Surface Reconstruction via Fusing Sparse-Sequence of Depth Images.

出版信息

IEEE Trans Vis Comput Graph. 2018 Feb;24(2):1190-1203. doi: 10.1109/TVCG.2017.2657766. Epub 2017 Jan 25.

DOI:10.1109/TVCG.2017.2657766
PMID:28129180
Abstract

Handheld scanning using commodity depth cameras provides a flexible and low-cost manner to get 3D models. The existing methods scan a target by densely fusing all the captured depth images, yet most frames are redundant. The jittering frames inevitably embedded in handheld scanning process will cause feature blurring on the reconstructed model and even trigger the scan failure (i.e., camera tracking losing).

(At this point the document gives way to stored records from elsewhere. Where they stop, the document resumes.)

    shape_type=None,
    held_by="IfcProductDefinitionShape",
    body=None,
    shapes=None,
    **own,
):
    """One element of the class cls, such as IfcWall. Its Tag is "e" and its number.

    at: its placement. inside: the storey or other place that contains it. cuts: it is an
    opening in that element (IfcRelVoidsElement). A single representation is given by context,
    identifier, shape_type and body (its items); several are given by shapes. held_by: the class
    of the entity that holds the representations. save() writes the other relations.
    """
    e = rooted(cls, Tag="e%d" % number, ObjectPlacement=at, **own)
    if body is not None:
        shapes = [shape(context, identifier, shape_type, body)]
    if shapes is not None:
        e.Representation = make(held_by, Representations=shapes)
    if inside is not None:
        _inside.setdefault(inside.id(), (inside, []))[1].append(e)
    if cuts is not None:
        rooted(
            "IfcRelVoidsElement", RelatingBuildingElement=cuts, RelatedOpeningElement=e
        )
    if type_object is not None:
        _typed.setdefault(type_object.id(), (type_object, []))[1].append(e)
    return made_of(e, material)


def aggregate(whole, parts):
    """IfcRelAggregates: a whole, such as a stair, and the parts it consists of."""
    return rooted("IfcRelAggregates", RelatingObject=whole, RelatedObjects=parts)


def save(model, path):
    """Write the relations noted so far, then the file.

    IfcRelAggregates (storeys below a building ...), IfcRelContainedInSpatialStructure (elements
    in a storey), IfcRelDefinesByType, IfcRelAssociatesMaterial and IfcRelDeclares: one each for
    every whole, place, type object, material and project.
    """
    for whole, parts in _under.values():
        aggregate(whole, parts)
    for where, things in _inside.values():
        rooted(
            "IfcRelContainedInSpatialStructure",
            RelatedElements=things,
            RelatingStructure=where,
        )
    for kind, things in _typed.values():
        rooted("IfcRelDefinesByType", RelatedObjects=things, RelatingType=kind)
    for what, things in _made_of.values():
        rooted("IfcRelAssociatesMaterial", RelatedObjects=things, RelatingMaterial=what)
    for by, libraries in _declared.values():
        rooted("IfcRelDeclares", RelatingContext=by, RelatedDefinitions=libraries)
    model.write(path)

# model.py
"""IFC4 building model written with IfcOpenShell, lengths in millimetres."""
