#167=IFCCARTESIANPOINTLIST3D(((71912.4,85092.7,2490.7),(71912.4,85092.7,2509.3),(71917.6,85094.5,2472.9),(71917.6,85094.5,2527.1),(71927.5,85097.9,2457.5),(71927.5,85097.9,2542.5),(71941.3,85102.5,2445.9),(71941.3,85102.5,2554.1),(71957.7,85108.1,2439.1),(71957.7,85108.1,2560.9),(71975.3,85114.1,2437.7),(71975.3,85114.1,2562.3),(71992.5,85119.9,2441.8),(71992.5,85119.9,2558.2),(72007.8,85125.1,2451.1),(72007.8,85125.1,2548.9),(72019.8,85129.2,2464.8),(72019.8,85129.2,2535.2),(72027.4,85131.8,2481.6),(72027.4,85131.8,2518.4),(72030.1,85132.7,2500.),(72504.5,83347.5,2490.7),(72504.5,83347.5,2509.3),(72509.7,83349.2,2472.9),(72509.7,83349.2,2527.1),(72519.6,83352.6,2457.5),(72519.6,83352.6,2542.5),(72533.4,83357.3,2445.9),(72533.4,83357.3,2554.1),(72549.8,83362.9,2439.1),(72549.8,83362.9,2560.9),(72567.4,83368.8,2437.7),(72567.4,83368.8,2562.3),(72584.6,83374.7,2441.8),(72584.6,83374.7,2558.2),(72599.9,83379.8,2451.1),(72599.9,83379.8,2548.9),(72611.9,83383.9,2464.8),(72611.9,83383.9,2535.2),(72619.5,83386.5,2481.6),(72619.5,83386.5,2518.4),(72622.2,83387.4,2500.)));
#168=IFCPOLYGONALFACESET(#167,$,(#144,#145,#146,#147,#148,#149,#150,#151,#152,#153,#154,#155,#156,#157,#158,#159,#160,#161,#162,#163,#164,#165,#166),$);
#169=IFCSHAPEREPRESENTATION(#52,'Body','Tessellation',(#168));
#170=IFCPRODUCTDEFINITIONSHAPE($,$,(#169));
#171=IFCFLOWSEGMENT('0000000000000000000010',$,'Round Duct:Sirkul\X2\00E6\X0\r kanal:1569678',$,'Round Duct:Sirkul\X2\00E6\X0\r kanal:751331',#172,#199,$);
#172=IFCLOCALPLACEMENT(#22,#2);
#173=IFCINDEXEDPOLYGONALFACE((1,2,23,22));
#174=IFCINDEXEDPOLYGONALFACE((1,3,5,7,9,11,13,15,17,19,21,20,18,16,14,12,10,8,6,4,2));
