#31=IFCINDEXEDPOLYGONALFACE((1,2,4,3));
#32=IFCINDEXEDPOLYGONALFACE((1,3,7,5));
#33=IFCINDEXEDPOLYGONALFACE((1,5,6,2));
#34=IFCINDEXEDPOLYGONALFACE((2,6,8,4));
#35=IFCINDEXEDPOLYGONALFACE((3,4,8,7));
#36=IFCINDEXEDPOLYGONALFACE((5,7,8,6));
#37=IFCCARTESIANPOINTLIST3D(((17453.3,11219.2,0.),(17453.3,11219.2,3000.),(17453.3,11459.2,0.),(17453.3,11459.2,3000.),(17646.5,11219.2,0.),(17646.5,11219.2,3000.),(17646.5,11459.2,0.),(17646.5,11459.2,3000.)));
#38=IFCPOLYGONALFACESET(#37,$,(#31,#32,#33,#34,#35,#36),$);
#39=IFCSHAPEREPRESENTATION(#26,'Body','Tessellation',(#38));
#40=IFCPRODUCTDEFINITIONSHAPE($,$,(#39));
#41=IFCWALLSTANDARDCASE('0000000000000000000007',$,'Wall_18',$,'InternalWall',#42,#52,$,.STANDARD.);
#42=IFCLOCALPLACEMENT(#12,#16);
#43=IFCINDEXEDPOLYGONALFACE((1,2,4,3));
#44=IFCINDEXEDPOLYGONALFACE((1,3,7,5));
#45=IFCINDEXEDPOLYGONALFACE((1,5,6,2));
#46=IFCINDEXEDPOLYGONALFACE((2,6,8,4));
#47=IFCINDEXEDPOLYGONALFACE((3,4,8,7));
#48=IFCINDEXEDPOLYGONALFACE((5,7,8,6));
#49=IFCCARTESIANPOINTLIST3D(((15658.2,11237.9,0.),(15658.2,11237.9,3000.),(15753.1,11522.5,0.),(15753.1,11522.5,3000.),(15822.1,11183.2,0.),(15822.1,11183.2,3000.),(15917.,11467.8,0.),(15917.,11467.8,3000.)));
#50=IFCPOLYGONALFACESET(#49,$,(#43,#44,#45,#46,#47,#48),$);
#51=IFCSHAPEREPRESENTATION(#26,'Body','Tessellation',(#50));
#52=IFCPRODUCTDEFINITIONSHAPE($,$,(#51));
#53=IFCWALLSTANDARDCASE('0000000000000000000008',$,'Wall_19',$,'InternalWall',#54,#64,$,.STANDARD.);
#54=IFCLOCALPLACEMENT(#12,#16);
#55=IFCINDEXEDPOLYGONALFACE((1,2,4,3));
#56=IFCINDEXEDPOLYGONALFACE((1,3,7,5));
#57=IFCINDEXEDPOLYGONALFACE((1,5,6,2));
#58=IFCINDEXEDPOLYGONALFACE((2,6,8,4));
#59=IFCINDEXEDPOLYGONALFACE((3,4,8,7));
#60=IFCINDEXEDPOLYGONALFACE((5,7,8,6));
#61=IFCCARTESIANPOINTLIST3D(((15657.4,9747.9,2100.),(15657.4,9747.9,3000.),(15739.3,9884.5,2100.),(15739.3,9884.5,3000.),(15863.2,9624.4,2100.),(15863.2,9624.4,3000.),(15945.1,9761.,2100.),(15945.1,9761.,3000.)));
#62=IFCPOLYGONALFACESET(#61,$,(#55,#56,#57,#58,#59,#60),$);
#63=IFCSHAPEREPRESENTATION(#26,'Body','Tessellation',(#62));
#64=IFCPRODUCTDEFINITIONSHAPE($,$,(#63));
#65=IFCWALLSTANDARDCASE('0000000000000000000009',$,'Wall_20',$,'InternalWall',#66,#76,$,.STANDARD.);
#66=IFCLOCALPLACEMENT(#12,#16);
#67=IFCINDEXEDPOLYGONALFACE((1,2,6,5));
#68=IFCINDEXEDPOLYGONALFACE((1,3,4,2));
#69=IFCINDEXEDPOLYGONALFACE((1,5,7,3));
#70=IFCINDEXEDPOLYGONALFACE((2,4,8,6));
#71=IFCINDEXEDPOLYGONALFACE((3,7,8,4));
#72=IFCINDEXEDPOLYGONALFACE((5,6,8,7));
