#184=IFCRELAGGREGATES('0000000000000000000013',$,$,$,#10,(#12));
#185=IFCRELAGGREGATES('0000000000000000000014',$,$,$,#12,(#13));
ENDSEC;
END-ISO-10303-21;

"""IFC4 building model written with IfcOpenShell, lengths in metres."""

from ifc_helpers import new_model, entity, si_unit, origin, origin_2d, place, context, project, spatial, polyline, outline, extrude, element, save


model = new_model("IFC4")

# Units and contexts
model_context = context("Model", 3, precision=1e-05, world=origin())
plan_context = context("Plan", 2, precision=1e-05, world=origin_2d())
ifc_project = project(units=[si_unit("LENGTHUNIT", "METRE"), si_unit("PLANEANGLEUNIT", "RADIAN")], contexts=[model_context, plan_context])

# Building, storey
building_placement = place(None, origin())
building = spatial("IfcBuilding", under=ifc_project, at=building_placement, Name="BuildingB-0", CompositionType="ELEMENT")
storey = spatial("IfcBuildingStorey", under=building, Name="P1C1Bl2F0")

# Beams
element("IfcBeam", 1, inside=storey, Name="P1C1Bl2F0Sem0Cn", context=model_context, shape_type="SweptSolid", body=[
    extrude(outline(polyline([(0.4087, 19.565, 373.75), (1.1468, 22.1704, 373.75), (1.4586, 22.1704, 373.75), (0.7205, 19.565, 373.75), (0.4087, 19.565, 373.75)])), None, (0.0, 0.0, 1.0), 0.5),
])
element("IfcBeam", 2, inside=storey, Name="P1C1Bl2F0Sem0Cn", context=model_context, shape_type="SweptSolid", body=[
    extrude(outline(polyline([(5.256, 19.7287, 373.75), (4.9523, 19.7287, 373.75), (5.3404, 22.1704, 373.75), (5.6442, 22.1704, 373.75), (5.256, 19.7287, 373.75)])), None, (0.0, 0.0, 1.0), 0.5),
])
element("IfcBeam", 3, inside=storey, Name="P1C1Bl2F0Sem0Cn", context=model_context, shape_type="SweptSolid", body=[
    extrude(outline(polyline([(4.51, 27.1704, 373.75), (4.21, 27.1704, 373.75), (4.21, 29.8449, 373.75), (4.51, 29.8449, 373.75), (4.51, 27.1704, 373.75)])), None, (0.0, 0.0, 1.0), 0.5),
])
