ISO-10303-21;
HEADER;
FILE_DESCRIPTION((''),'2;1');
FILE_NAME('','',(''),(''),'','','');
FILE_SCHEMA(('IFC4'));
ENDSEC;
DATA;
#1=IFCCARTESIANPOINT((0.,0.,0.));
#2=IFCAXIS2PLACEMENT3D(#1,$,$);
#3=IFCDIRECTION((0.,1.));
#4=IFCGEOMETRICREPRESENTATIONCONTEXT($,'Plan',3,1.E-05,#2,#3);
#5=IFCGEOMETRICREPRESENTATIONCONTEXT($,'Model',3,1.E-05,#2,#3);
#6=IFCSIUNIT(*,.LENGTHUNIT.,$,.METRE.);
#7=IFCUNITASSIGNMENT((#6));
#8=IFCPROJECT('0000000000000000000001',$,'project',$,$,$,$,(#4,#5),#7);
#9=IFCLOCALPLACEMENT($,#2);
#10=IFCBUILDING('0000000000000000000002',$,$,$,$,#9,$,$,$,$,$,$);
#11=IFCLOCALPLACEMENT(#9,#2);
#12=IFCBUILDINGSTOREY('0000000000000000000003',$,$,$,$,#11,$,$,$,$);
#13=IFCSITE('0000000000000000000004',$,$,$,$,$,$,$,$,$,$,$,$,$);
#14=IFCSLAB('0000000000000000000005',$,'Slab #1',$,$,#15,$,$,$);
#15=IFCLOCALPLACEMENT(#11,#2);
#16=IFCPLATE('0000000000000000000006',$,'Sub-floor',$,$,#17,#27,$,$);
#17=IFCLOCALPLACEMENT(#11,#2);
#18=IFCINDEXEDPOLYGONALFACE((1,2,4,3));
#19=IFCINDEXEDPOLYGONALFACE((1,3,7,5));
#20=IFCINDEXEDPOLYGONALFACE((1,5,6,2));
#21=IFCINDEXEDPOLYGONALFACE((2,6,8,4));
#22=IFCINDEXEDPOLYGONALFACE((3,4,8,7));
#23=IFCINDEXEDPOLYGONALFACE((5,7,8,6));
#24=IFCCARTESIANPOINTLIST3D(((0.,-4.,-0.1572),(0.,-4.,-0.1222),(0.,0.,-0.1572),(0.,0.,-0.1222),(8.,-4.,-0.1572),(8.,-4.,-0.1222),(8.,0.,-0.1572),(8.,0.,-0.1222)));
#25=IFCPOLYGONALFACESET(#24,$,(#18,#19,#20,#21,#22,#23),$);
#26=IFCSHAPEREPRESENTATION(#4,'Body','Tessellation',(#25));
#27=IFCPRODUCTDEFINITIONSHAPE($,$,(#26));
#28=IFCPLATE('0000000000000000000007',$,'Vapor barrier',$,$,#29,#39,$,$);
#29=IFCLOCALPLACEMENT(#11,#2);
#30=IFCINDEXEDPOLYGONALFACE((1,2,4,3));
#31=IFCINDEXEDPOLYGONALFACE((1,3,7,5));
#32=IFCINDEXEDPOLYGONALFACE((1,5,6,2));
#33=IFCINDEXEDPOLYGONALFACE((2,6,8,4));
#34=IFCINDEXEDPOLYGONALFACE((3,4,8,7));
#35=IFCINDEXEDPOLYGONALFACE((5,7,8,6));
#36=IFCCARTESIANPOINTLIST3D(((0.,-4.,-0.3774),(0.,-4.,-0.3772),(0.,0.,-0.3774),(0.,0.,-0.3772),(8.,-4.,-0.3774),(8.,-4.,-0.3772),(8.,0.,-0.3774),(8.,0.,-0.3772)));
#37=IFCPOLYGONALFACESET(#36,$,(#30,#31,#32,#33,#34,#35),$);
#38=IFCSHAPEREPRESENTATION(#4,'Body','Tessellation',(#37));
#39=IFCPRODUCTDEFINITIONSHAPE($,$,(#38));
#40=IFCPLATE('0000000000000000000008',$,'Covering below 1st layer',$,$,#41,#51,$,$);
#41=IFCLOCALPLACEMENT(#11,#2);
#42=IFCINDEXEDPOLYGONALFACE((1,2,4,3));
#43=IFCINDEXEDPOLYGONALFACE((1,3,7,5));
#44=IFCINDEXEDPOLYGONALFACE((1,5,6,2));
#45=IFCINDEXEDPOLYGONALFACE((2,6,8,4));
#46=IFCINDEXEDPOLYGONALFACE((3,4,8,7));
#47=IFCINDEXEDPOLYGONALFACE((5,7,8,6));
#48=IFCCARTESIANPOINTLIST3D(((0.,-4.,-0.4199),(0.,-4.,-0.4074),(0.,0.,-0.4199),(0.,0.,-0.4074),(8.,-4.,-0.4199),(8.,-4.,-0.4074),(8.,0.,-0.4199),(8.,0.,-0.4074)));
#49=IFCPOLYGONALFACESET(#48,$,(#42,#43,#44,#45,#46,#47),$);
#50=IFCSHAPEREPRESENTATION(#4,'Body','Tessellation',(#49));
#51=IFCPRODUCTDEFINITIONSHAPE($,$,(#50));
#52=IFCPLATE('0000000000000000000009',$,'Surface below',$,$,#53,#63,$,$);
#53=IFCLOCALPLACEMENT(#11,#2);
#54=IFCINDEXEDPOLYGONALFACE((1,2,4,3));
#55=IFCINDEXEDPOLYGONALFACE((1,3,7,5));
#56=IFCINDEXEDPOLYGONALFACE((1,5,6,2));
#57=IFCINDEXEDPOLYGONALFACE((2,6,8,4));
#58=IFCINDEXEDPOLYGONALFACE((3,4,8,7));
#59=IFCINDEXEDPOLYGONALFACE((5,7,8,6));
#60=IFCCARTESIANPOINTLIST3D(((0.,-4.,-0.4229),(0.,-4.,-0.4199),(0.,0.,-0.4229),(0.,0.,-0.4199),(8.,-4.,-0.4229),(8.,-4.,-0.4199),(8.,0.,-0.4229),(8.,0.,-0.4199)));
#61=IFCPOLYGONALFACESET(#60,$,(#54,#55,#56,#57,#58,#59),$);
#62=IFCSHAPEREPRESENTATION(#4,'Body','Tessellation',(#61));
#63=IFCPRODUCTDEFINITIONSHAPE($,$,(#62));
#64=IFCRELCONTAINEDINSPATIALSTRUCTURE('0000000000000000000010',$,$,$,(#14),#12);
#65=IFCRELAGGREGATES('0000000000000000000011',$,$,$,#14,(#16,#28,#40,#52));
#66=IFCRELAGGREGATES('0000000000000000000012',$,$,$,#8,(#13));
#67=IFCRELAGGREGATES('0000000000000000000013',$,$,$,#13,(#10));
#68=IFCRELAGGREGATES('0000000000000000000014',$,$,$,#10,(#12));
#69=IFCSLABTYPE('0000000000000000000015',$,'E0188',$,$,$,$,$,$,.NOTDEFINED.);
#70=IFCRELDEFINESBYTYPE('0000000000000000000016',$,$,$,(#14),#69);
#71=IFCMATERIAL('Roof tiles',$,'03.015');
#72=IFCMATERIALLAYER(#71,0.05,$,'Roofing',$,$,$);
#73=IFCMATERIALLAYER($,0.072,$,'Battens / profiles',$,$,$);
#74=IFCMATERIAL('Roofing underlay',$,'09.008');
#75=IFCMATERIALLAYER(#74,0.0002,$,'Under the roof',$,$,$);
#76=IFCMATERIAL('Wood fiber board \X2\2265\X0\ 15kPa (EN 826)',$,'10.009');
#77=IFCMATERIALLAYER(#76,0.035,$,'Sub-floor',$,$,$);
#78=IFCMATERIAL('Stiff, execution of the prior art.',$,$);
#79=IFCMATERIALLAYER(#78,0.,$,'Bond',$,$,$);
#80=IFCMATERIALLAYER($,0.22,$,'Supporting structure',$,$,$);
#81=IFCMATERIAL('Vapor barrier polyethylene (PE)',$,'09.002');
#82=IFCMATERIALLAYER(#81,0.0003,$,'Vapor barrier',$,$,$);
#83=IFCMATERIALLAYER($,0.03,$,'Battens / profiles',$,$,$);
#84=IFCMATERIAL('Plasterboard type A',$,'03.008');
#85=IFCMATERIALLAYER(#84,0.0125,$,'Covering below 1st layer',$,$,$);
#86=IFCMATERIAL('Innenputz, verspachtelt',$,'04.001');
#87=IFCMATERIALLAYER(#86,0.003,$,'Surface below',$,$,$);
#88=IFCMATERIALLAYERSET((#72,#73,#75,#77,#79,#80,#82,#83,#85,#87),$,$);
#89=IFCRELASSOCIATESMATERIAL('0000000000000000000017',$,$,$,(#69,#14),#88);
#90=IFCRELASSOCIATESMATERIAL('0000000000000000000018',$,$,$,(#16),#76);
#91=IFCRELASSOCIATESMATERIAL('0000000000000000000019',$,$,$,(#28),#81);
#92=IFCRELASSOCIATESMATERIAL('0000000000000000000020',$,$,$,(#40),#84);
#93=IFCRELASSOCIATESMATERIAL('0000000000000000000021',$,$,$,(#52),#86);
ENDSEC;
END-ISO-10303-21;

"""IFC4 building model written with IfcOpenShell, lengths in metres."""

from ifc_helpers import new_model, si_unit, direction, frame, frame_2d, origin, place, context, project, spatial, rectangle, extrude, material, layer, layer_set, type_object, element, aggregate, save


model = new_model("IFC4")

# Units and contexts
plan_context = context("Plan", 3, precision=1e-05, world=origin(), true_north=direction((0.0, 1.0)))
model_context = context("Model", 3, precision=1e-05, world=origin(), true_north=direction((0.0, 1.0)))
ifc_project = project(units=[si_unit("LENGTHUNIT", "METRE")], contexts=[plan_context, model_context])

# Site, building, storey
site = spatial("IfcSite", under=ifc_project)
building_placement = place(None, origin())
building = spatial("IfcBuilding", under=site, at=building_placement)
storey_placement = place(building_placement, origin())
storey = spatial("IfcBuildingStorey", under=building, at=storey_placement)

# Slab, plates
ifc_material_1 = material(Name="Roof tiles", Category="03.015")
ifc_layer_1 = layer(ifc_material_1, 0.05, Name="Roofing")
ifc_layer_2 = layer(None, 0.072, Name="Battens / profiles")
ifc_material_2 = material(Name="Roofing underlay", Category="09.008")
ifc_layer_3 = layer(ifc_material_2, 0.0002, Name="Under the roof")
ifc_material_3 = material(Name="Wood fiber board ≥ 15kPa (EN 826)", Category="10.009")
ifc_layer_4 = layer(ifc_material_3, 0.035, Name="Sub-floor")
ifc_material_4 = material(Name="Stiff, execution of the prior art.")
ifc_layer_5 = layer(ifc_material_4, 0.0, Name="Bond")
ifc_layer_6 = layer(None, 0.22, Name="Supporting structure")
ifc_material_5 = material(Name="Vapor barrier polyethylene (PE)", Category="09.002")
ifc_layer_7 = layer(ifc_material_5, 0.0003, Name="Vapor barrier")
ifc_layer_8 = layer(None, 0.03, Name="Battens / profiles")
ifc_material_6 = material(Name="Plasterboard type A", Category="03.008")
ifc_layer_9 = layer(ifc_material_6, 0.0125, Name="Covering below 1st layer")
ifc_material_7 = material(Name="Innenputz, verspachtelt", Category="04.001")
ifc_layer_10 = layer(ifc_material_7, 0.003, Name="Surface below")
ifc_layer_set = layer_set([ifc_layer_1, ifc_layer_2, ifc_layer_3, ifc_layer_4, ifc_layer_5, ifc_layer_6, ifc_layer_7, ifc_layer_8, ifc_layer_9, ifc_layer_10])
slab_type = type_object("IfcSlabType", Name="E0188", PredefinedType="NOTDEFINED", material=ifc_layer_set)
slab_placement = place(None, frame((0.0, 0.0, 0.0), z_axis=(0.0, 0.0, -1.0), x_axis=(1.0, 0.0, 0.0)))
slab = element("IfcSlab", 1, at=slab_placement, inside=storey, type_object=slab_type, material=ifc_layer_set, Name="Slab #1")
plate_1_placement = place(slab_placement, origin())
plate_1 = element("IfcPlate", 2, at=plate_1_placement, material=ifc_material_3, Name="Sub-floor", context=plan_context, shape_type="SweptSolid", body=[
    extrude(rectangle(XDim=8.0, YDim=4.0, at=frame_2d((4.0, 2.0), x_axis=(1.0, 0.0))), frame((0.0, 0.0, 0.1222), z_axis=(0.0, 0.0, 1.0), x_axis=(1.0, 0.0, 0.0)), (0.0, 0.0, 1.0), 0.035),
])
plate_2_placement = place(slab_placement, origin())
plate_2 = element("IfcPlate", 3, at=plate_2_placement, material=ifc_material_5, Name="Vapor barrier", context=plan_context, shape_type="SweptSolid", body=[
    extrude(rectangle(XDim=8.0, YDim=4.0, at=frame_2d((4.0, 2.0), x_axis=(1.0, 0.0))), frame((0.0, 0.0, 0.3772), z_axis=(0.0, 0.0, 1.0), x_axis=(1.0, 0.0, 0.0)), (0.0, 0.0, 1.0), 0.0003),
])
plate_3_placement = place(slab_placement, origin())
plate_3 = element("IfcPlate", 4, at=plate_3_placement, material=ifc_material_6, Name="Covering below 1st layer", context=plan_context, shape_type="SweptSolid", body=[
    extrude(rectangle(XDim=8.0, YDim=4.0, at=frame_2d((4.0, 2.0), x_axis=(1.0, 0.0))), frame((0.0, 0.0, 0.4074), z_axis=(0.0, 0.0, 1.0), x_axis=(1.0, 0.0, 0.0)), (0.0, 0.0, 1.0), 0.0125),
])
plate_4_placement = place(slab_placement, origin())
plate_4 = element("IfcPlate", 5, at=plate_4_placement, material=ifc_material_7, Name="Surface below", context=plan_context, shape_type="SweptSolid", body=[
    extrude(rectangle(XDim=8.0, YDim=4.0, at=frame_2d((4.0, 2.0), x_axis=(1.0, 0.0))), frame((0.0, 0.0, 0.4199), z_axis=(0.0, 0.0, 1.0), x_axis=(1.0, 0.0, 0.0)), (0.0, 0.0, 1.0), 0.003),
])
aggregate(slab, [plate_1, plate_2, plate_3, plate_4])

save(model, "model.ifc")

To address these problems, in this paper, we propose a novel sparse-sequence fusion (SSF) algorithm for handheld scanning using commodity depth cameras. It first extracts related measurements for analyzing camera motion. Then based on these measurements, we progressively construct a supporting subset for the captured depth image sequence to decrease the data redundancy and the interference from jittering frames. Since SSF will reveal the intrinsic heavy noise of the original depth images, our method introduces a refinement process to eliminate the raw noise and recover geometric features for the depth images selected into the supporting subset. We finally obtain the fused result by integrating the refined depth images into the truncated signed distance field (TSDF) of the target. Multiple comparison experiments are conducted and the results verify the feasibility and validity of SSF for handheld scanning with a commodity depth camera.

摘要

使用商品深度相机进行手持式扫描提供了一种灵活且低成本的方式来获取 3D 模型。现有的方法通过密集融合所有捕获的深度图像来扫描目标,但大多数帧都是冗余的。手持式扫描过程中不可避免的抖动帧会导致重建模型上的特征模糊,甚至触发扫描失败(即相机跟踪丢失)。为了解决这些问题,本文提出了一种用于商品深度相机的手持式扫描的新型稀疏序列融合(SSF)算法。它首先提取相关测量值来分析相机运动。然后基于这些测量值,我们逐步为捕获的深度图像序列构建一个支持子集,以减少数据冗余和抖动帧的干扰。由于 SSF 会揭示原始深度图像的固有强噪声,因此我们的方法引入了一种细化过程,以消除原始噪声并恢复支持子集中选择的深度图像的几何特征。我们最后通过将细化后的深度图像集成到目标的截断符号距离场(TSDF)中,得到融合结果。进行了多项对比实验,结果验证了 SSF 用于商品深度相机的手持式扫描的可行性和有效性。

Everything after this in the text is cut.